A minor problem with the table in this article that you might want to fix: Rio Tinto hasn't been formatted like the other company names - no bold and no link.

Should also mention that I've added a late comment to last week's round-up article that you might want to look at.

Gengulphus

Greentrident 18 Aug 2012 , 12:06pm

Is there a page showing this portfolio's value now? I just entered some figures into google finance and it seems to say this portfolio has risen about 10% on its total cost price - am I right?

ANuvver 18 Aug 2012 , 4:51pm

Thanks for the name-check Alan, and I'm glad you found my suggestions useful.
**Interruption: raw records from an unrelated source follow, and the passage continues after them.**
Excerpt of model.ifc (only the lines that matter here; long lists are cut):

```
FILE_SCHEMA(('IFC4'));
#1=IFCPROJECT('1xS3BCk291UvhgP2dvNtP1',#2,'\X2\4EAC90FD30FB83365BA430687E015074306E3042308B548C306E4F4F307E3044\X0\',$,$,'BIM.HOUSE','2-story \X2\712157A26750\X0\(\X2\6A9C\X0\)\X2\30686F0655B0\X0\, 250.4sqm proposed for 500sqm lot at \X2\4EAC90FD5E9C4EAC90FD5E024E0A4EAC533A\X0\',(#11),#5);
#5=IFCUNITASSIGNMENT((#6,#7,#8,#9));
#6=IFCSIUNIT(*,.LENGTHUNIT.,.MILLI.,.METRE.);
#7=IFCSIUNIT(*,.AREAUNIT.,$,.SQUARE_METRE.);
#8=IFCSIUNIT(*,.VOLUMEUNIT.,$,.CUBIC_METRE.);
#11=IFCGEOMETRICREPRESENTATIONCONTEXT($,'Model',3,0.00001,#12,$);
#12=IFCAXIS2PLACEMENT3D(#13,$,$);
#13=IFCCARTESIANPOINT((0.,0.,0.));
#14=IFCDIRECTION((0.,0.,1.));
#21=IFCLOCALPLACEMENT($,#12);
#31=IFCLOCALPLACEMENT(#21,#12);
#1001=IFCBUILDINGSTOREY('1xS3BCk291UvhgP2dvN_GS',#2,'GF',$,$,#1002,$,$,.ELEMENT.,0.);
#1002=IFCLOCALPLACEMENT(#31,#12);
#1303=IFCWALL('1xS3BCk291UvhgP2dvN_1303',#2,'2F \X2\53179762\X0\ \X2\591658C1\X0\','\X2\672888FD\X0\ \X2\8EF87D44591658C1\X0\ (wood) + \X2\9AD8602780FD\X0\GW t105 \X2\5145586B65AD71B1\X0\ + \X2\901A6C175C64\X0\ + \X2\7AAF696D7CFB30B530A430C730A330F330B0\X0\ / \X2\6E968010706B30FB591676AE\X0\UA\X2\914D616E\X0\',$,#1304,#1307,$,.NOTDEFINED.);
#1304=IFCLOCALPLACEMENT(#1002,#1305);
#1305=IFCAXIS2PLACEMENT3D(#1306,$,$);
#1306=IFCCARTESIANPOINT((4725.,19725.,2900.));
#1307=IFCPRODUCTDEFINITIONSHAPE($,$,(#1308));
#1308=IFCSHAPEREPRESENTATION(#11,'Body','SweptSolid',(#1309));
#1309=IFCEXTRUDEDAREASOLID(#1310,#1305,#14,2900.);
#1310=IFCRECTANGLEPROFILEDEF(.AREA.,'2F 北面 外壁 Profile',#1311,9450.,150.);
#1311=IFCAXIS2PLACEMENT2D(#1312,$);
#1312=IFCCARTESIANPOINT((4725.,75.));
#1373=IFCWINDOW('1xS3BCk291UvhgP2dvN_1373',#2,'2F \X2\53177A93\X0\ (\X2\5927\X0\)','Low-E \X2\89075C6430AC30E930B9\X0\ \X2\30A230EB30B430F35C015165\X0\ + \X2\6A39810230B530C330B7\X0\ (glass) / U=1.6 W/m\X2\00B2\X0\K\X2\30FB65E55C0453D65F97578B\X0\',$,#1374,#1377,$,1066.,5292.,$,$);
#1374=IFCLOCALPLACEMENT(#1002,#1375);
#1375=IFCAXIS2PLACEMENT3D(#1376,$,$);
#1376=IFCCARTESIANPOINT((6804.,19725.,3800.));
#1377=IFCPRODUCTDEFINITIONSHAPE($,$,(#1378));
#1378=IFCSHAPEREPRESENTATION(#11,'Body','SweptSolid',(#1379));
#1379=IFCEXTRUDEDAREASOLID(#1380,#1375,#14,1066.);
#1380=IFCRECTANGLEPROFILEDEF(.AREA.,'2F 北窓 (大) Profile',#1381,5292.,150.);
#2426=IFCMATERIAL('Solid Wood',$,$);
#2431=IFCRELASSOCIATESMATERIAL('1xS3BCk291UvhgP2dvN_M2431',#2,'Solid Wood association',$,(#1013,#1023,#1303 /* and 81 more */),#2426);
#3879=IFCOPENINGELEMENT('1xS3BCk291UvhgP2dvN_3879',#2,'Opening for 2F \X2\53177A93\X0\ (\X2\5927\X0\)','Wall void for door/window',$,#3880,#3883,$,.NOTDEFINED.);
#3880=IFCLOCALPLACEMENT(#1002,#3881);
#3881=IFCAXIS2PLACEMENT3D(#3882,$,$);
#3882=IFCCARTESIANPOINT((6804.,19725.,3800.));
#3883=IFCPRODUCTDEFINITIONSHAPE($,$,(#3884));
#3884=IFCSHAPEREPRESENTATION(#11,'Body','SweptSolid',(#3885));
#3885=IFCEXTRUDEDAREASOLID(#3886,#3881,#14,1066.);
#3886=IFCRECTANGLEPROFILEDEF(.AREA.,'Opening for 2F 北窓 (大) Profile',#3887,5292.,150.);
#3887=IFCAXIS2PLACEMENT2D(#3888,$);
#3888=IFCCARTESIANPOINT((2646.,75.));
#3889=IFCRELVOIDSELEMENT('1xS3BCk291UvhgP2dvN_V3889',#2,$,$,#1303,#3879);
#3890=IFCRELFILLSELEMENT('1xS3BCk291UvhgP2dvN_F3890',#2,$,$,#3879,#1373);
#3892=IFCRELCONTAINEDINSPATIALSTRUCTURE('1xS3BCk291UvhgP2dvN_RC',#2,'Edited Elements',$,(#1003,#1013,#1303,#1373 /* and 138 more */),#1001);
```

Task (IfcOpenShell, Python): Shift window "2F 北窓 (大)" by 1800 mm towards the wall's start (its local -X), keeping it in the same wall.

```python
import ifcopenshell
import ifcopenshell.api.geometry
import ifcopenshell.util.placement
import ifcopenshell.util.unit

model = ifcopenshell.open("model.ifc")
unit_scale = ifcopenshell.util.unit.calculate_unit_scale(model)

window = model.by_guid("1xS3BCk291UvhgP2dvN_1373")
opening = window.FillsVoids[0].RelatingOpeningElement
wall = opening.VoidsElements[0].RelatingBuildingElement

wall_matrix = ifcopenshell.util.placement.get_local_placement(wall.ObjectPlacement)
shift = wall_matrix[:3, 0] * -1.8 / unit_scale
before = ifcopenshell.util.placement.get_local_placement(window.ObjectPlacement)[:3, 3].copy()

# The window is not placed relative to its opening, so move both.
for product in (opening, window):
    matrix = ifcopenshell.util.placement.get_local_placement(product.ObjectPlacement)
    matrix[:3, 3] += shift
    ifcopenshell.api.geometry.edit_object_placement(model, product=product, matrix=matrix, is_si=False)

after = ifcopenshell.util.placement.get_local_placement(window.ObjectPlacement)[:3, 3]
print("window moved by", (after - before).round(3) + 0.0)

model.write("model-out.ifc")
```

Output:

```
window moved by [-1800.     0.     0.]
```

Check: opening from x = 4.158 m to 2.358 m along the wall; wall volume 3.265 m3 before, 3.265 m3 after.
Assuming your next update is due soon, I have a controversial idea as to what you might consider doing next time. Nothing.

I appreciate that the "mandate", if you will, of this instructional portfolio is loosely defined. Also that one should always look for value where it can be found. I further appreciate that this isn't really the place to discuss macro and technical considerations, or the dreaded "market timing".

But even if one takes the broadest view, things are looking awfully squeaky at the moment. Sometimes holding over resources and waiting for opportunities can be the best choice. It might also, from a didactive perspective, be a good opportunity to introduce the discipline of watchlists and the ongoing concern of how much cash to hold and in what form.

Just because it's a ten-part process, doesn't mean it can't be told in eleven episodes.